What you are asked to do> Search the records for "IFCMATERIALLAYERSET". Copy every line where it appears.
Start of Data for this task
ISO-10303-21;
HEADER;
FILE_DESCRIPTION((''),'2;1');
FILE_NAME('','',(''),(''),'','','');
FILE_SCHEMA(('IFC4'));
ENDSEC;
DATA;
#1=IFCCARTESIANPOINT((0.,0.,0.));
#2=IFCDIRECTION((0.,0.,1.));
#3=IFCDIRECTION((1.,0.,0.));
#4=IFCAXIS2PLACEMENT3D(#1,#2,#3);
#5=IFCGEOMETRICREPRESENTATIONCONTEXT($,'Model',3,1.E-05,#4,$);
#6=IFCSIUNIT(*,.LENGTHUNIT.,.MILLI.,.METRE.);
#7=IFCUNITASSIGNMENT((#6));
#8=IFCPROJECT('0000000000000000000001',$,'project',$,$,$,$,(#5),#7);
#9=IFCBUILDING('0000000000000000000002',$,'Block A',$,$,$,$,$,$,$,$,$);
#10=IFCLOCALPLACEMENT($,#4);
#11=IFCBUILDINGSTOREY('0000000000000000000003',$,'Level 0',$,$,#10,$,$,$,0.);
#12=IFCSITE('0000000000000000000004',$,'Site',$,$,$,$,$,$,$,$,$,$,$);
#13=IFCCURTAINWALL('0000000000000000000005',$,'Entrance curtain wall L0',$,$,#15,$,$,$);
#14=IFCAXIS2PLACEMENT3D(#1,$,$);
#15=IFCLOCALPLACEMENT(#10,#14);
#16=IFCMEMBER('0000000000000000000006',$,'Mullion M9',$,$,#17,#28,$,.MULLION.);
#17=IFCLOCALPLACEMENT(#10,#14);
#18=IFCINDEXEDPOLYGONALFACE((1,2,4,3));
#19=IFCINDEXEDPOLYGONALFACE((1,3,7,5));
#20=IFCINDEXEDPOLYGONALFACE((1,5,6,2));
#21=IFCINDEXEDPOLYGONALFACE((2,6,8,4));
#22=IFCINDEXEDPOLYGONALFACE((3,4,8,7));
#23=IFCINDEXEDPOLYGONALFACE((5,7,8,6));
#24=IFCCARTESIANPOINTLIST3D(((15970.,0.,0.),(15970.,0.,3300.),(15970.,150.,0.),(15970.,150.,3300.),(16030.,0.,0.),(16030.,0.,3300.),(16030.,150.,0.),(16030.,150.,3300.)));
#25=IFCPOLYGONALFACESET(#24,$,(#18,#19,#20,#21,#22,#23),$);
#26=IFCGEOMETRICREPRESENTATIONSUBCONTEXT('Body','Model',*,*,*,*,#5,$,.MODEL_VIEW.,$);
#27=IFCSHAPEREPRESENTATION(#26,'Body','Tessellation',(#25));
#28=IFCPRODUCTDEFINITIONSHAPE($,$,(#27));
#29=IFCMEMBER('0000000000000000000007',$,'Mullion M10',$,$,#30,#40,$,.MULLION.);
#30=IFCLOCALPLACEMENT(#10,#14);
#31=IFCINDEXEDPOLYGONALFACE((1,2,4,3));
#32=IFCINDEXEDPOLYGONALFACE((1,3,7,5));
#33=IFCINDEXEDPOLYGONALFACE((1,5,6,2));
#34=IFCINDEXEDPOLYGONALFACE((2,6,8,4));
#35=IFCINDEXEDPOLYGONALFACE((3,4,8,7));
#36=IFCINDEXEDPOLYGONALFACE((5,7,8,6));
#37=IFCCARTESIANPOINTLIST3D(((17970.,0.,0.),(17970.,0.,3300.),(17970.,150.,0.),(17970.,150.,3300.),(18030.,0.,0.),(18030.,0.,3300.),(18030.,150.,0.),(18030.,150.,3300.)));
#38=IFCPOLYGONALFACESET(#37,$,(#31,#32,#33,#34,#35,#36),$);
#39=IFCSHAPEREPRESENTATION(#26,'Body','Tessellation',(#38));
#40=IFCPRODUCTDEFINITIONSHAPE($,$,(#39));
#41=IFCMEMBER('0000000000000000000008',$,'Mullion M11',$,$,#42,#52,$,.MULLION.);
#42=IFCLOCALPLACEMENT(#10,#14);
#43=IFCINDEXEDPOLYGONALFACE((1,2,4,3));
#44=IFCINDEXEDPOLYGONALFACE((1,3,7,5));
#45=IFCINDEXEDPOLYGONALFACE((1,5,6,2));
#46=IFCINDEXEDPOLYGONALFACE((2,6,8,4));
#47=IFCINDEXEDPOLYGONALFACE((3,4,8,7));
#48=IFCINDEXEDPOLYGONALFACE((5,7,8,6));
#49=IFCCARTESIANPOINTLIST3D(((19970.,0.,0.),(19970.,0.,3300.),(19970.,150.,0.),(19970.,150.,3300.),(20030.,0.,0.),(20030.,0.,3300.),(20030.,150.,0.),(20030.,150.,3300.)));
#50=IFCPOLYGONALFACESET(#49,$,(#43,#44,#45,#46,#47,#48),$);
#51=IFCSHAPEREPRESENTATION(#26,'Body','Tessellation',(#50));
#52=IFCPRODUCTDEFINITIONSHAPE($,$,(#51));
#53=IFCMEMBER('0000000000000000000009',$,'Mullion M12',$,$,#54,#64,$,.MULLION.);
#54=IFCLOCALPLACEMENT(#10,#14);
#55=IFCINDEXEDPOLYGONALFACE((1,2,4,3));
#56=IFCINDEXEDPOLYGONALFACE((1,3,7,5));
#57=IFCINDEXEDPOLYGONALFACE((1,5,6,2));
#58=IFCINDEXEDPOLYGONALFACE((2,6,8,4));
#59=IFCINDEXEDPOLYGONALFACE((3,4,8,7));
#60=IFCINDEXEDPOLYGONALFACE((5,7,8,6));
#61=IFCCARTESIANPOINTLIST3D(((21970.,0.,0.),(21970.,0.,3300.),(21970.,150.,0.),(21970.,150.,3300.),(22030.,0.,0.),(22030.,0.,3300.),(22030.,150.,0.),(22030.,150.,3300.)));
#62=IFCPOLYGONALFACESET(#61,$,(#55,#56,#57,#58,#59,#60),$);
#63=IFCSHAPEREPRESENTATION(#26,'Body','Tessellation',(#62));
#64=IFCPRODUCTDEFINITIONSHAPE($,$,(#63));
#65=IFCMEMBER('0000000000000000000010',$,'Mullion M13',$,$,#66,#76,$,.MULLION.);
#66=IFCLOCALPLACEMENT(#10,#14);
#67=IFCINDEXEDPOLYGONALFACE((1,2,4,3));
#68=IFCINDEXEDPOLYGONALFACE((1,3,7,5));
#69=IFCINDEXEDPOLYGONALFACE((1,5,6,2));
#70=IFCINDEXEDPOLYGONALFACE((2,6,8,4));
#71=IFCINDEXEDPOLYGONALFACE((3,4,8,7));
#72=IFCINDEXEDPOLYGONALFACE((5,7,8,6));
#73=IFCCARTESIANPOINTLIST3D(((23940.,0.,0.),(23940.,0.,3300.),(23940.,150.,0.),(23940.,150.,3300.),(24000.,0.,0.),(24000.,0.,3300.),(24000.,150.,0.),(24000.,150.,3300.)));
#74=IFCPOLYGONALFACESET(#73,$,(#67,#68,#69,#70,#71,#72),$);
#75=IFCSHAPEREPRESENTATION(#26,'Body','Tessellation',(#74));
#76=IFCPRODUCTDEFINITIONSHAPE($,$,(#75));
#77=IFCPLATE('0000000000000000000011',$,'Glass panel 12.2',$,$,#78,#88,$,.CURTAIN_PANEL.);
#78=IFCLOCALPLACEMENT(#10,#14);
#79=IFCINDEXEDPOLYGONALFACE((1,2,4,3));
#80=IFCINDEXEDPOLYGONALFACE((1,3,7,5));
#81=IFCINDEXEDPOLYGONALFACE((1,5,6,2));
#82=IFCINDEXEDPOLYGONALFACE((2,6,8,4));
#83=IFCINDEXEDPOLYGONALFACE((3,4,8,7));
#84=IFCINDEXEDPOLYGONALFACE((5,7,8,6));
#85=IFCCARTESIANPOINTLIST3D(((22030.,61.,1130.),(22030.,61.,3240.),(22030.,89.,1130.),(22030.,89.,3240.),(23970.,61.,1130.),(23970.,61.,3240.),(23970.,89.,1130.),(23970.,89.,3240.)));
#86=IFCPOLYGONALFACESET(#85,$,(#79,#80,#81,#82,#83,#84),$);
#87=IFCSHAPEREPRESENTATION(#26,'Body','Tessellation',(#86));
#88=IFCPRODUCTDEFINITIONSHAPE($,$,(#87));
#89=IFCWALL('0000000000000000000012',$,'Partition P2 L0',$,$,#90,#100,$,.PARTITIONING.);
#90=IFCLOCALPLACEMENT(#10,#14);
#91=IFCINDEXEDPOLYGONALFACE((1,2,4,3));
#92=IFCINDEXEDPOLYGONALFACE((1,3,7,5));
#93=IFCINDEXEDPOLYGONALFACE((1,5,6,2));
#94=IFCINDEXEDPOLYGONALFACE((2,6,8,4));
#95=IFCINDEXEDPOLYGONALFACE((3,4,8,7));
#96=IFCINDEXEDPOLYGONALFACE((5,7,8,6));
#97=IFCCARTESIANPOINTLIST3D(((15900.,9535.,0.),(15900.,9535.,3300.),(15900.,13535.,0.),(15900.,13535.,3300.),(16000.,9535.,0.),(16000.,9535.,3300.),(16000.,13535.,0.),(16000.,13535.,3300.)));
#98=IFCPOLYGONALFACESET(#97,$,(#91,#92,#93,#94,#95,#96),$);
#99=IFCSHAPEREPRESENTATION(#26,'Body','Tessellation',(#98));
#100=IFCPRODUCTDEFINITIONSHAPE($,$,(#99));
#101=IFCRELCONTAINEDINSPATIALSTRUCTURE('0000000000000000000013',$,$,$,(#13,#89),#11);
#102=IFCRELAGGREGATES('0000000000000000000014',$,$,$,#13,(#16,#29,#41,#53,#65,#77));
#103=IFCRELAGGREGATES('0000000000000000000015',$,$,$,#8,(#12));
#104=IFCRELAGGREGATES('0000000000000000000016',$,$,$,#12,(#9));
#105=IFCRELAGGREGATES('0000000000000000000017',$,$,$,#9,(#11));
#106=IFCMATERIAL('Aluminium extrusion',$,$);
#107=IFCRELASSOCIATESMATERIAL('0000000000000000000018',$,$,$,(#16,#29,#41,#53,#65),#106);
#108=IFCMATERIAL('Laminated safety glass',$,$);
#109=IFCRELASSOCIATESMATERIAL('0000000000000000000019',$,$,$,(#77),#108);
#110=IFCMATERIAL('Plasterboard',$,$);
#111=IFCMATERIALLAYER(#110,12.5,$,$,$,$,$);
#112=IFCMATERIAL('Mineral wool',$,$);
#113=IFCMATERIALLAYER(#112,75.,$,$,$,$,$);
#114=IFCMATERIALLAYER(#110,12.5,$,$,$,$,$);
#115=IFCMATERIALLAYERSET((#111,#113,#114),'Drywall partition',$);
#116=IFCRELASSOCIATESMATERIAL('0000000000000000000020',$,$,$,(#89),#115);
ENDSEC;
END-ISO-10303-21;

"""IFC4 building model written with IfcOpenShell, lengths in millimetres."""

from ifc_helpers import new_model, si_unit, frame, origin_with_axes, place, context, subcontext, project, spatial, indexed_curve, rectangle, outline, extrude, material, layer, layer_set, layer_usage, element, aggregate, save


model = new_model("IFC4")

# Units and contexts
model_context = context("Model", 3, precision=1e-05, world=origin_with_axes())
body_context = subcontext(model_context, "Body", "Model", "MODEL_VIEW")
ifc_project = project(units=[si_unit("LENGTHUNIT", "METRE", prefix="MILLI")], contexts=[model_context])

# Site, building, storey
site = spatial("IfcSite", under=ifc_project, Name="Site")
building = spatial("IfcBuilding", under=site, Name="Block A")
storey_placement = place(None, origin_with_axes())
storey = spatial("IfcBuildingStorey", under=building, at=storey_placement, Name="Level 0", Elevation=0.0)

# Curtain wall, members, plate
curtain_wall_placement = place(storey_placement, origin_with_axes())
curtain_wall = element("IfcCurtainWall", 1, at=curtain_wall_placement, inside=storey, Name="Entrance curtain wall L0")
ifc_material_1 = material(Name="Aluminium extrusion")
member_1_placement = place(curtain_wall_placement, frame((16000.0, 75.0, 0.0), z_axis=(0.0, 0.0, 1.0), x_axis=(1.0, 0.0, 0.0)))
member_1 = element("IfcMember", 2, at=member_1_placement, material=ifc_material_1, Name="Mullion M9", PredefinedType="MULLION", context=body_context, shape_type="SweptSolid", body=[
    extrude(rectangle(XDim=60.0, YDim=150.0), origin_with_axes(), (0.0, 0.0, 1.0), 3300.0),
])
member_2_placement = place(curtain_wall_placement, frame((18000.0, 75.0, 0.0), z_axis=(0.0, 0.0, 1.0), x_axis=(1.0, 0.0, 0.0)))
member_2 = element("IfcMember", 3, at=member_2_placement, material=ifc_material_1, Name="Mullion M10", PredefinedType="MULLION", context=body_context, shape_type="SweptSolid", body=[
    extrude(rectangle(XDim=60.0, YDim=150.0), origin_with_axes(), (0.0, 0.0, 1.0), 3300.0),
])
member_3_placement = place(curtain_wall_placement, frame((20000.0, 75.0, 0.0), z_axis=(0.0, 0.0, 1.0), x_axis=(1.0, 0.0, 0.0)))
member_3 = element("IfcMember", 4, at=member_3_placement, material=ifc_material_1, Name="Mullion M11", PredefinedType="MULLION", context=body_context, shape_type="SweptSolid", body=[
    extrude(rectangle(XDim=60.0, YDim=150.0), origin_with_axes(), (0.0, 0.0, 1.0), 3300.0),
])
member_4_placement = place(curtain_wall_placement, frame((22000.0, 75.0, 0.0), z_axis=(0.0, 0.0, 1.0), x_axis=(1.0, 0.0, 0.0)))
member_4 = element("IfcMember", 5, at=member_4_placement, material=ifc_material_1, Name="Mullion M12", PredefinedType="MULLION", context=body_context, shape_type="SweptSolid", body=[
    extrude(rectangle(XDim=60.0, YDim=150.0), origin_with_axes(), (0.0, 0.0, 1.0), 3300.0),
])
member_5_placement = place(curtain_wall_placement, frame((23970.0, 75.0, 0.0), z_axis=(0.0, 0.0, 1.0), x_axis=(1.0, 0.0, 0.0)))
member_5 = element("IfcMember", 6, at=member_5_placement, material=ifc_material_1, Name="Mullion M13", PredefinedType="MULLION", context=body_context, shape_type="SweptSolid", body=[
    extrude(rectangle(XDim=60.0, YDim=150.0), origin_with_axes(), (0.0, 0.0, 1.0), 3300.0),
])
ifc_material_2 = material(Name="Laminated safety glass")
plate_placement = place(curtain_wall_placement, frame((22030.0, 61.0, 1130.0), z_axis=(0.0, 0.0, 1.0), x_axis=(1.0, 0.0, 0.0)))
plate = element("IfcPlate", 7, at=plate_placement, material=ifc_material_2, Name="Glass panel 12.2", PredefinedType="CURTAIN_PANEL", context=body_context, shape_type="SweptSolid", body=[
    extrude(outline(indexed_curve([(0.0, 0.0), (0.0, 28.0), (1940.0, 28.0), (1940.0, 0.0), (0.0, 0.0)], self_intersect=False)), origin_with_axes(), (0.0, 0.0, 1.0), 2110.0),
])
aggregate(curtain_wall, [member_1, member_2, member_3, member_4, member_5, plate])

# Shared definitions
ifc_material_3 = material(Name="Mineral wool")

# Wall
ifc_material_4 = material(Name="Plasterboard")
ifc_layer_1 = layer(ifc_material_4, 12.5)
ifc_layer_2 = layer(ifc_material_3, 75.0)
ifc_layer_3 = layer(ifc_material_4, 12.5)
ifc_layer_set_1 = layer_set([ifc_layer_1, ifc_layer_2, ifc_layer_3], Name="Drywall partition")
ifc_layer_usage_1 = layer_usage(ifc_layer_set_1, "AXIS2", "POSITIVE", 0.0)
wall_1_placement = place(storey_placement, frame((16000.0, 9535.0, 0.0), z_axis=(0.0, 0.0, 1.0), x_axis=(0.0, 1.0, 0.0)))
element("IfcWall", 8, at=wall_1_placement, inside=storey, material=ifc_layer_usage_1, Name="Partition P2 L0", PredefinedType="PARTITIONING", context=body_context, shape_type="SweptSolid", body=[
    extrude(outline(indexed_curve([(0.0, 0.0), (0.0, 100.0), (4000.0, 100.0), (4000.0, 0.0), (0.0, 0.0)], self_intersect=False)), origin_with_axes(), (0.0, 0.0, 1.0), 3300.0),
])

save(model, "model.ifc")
End of Data for this task
Start of Data for this task
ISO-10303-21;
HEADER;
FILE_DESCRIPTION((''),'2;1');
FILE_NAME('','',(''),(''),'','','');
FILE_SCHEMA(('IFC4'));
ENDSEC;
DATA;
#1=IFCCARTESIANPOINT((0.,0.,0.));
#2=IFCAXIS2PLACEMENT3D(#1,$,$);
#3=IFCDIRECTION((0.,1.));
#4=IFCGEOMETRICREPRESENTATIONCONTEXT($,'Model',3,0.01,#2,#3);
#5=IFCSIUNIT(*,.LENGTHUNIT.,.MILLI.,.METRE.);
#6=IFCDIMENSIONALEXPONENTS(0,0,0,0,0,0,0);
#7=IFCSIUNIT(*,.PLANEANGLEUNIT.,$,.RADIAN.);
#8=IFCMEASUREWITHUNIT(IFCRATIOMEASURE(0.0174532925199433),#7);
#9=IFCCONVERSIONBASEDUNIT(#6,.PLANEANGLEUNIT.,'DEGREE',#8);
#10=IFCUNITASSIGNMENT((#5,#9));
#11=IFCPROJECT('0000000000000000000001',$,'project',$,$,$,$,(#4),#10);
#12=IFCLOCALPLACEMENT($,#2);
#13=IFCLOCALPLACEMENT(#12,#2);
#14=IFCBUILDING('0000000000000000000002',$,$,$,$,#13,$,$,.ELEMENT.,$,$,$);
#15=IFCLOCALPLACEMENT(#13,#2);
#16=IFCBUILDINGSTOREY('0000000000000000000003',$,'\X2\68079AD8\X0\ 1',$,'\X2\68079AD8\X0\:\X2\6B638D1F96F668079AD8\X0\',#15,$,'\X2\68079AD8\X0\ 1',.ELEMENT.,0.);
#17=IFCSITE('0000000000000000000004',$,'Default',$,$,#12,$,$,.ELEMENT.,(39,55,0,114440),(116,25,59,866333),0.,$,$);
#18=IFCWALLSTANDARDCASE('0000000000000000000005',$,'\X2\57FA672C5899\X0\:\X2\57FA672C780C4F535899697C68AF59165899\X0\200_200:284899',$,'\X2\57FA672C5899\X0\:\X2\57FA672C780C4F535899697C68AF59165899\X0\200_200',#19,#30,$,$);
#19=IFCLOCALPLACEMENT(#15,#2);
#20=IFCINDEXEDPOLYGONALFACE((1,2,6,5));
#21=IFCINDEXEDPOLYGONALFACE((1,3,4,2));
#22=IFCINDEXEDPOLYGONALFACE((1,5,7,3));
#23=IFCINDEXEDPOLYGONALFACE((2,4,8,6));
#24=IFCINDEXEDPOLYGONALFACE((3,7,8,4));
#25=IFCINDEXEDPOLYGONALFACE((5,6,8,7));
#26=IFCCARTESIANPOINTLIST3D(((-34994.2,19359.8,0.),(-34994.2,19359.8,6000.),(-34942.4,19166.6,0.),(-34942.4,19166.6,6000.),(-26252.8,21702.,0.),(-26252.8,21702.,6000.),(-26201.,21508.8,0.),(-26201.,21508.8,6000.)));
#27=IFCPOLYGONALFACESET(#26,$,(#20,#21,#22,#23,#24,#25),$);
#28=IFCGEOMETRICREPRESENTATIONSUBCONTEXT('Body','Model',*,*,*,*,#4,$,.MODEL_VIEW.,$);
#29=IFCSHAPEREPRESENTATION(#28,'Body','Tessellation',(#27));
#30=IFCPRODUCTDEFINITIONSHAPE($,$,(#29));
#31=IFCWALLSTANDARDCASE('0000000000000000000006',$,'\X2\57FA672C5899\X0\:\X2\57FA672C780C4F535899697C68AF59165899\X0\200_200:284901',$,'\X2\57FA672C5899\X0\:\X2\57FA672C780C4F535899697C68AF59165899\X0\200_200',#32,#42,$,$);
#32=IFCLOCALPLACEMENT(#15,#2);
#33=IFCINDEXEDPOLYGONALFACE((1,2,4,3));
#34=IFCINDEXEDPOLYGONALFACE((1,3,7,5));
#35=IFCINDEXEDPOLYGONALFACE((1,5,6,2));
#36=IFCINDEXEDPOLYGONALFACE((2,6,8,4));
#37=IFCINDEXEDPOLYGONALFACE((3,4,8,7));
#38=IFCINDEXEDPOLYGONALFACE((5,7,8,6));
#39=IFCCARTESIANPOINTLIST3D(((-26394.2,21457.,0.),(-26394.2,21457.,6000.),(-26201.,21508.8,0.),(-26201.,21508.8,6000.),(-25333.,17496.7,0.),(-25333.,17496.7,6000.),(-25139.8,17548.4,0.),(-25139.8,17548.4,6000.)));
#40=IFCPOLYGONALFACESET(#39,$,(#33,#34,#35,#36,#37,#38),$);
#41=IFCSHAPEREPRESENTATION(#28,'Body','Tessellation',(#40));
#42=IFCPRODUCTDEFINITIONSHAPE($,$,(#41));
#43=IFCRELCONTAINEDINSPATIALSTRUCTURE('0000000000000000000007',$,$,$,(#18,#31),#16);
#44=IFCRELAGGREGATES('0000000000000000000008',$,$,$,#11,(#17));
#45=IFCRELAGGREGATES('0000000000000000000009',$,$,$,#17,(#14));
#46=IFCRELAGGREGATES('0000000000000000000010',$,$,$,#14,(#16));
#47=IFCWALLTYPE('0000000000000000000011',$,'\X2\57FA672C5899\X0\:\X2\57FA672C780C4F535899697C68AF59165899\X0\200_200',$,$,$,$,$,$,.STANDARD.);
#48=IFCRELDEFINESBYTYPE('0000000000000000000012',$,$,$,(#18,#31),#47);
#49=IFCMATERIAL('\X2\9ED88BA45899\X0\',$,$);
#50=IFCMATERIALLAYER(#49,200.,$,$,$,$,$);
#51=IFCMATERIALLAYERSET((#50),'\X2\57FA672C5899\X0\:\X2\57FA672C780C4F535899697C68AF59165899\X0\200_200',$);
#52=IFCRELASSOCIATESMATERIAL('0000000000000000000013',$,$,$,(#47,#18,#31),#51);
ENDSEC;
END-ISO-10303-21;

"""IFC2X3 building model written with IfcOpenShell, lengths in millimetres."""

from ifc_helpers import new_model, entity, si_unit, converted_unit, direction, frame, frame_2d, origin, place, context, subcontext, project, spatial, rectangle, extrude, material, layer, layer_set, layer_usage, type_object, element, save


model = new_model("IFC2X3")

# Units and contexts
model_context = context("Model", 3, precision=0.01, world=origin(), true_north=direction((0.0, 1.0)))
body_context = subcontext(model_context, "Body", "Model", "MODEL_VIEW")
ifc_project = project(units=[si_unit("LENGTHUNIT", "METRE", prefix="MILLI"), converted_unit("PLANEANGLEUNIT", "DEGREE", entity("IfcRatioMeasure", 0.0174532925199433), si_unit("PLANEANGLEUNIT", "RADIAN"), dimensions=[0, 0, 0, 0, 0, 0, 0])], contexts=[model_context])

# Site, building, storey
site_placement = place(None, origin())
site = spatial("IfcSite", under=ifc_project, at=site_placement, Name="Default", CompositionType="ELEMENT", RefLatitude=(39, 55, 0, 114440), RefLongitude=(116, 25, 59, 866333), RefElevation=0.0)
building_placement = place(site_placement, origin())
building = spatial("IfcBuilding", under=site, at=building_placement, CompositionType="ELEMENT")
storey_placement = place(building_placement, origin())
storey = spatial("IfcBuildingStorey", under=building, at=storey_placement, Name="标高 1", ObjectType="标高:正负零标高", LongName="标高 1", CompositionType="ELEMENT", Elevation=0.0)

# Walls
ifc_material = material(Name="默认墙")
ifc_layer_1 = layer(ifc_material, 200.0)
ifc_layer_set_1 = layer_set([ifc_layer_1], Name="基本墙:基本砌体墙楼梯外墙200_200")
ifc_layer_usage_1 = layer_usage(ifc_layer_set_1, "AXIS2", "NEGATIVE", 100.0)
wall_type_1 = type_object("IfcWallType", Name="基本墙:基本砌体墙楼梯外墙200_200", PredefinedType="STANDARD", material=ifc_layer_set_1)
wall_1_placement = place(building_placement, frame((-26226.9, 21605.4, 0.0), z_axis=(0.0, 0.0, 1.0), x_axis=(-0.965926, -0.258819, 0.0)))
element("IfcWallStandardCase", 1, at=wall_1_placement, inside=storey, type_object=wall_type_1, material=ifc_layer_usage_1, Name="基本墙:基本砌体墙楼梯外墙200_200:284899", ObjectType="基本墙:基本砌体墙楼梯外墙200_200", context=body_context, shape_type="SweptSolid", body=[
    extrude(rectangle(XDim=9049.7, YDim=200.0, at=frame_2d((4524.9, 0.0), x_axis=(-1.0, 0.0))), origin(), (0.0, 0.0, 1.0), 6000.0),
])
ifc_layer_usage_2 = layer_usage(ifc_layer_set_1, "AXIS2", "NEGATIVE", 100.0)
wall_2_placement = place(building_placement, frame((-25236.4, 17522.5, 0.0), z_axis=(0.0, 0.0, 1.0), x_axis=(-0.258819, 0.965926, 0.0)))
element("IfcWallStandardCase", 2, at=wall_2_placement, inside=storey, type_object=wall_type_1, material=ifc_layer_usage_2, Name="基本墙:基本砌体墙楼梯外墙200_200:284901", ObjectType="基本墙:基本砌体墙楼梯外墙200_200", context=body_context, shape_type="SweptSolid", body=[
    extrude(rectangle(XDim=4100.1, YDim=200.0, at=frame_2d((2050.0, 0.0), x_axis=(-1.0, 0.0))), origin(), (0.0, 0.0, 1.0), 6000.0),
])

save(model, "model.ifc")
End of Data for this task
The answer>
#115=IFCMATERIALLAYERSET((#111,#113,#114),'Drywall partition',$);
#51=IFCMATERIALLAYERSET((#50),'\X2\57FA672C5899\X0\:\X2\57FA672C780C4F535899697C68AF59165899\X0\200_200',$);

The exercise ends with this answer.